Search the records below for the word "IFCCARTESIANPOINT". Copy each line where it occurs.

====================

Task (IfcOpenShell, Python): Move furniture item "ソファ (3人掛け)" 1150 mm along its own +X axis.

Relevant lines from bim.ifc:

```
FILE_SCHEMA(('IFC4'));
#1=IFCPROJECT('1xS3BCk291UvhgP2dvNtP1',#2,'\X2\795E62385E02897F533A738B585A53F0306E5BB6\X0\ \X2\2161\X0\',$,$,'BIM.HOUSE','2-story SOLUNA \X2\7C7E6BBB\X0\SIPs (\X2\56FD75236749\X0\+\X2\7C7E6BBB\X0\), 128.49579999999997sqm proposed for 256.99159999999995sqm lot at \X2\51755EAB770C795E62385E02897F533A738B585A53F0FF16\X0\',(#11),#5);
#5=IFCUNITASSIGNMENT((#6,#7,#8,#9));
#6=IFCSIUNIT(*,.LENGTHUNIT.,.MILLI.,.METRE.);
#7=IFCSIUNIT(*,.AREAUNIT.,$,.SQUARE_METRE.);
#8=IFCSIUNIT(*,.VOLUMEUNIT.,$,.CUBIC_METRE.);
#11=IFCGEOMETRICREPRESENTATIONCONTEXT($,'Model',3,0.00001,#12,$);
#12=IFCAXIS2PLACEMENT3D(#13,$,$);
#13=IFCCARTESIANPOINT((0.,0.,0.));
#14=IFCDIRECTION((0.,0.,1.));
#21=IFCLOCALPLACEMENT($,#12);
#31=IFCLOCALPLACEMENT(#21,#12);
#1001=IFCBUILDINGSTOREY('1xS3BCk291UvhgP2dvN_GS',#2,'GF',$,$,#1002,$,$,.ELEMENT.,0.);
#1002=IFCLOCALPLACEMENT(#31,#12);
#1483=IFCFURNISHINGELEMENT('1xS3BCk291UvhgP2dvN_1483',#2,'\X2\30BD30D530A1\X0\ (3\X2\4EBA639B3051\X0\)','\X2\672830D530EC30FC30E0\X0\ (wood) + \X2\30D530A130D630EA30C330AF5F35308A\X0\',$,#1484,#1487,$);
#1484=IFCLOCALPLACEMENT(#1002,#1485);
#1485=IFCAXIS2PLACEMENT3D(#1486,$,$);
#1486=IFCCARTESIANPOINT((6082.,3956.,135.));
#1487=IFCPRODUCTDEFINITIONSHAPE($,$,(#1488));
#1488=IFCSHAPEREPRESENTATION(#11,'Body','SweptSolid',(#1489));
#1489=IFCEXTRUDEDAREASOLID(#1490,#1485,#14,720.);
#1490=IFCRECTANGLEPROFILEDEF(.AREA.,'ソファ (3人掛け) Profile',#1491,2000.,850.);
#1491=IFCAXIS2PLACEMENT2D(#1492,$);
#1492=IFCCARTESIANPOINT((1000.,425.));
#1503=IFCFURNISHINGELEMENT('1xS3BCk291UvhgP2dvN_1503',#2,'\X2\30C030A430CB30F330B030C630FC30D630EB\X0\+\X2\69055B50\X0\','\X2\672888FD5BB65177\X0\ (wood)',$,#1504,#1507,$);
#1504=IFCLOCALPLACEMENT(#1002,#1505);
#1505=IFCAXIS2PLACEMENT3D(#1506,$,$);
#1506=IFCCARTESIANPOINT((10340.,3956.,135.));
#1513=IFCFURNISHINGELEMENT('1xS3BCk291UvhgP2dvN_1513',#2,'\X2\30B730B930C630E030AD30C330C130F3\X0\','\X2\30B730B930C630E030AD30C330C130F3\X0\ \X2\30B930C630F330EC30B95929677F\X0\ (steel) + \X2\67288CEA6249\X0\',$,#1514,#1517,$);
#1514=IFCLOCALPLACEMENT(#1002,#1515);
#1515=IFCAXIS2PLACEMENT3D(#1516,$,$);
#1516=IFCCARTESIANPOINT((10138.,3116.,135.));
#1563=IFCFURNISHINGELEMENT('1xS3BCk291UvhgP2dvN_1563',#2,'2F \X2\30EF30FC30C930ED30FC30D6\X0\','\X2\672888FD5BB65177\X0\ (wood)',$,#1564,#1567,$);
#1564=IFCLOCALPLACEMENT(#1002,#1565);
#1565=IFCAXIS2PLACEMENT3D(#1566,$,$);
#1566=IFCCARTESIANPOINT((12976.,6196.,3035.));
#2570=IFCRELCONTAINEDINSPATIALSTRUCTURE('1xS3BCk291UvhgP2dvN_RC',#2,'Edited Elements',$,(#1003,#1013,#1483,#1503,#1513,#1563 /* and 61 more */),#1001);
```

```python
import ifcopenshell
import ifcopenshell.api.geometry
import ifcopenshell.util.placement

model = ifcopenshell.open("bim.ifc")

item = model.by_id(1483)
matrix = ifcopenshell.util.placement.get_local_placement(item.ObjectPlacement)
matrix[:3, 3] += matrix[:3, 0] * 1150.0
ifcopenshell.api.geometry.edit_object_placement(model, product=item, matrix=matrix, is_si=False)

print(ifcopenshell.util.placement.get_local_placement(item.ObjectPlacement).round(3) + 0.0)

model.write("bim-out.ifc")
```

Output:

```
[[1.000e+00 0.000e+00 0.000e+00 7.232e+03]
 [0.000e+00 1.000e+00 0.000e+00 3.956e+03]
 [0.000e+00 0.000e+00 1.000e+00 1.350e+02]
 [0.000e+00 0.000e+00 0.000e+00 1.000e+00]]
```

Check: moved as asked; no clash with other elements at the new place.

====================

● Result of this task:
#13=IFCCARTESIANPOINT((0.,0.,0.));
#1486=IFCCARTESIANPOINT((6082.,3956.,135.));
#1492=IFCCARTESIANPOINT((1000.,425.));
#1506=IFCCARTESIANPOINT((10340.,3956.,135.));
#1516=IFCCARTESIANPOINT((10138.,3116.,135.));
#1566=IFCCARTESIANPOINT((12976.,6196.,3035.));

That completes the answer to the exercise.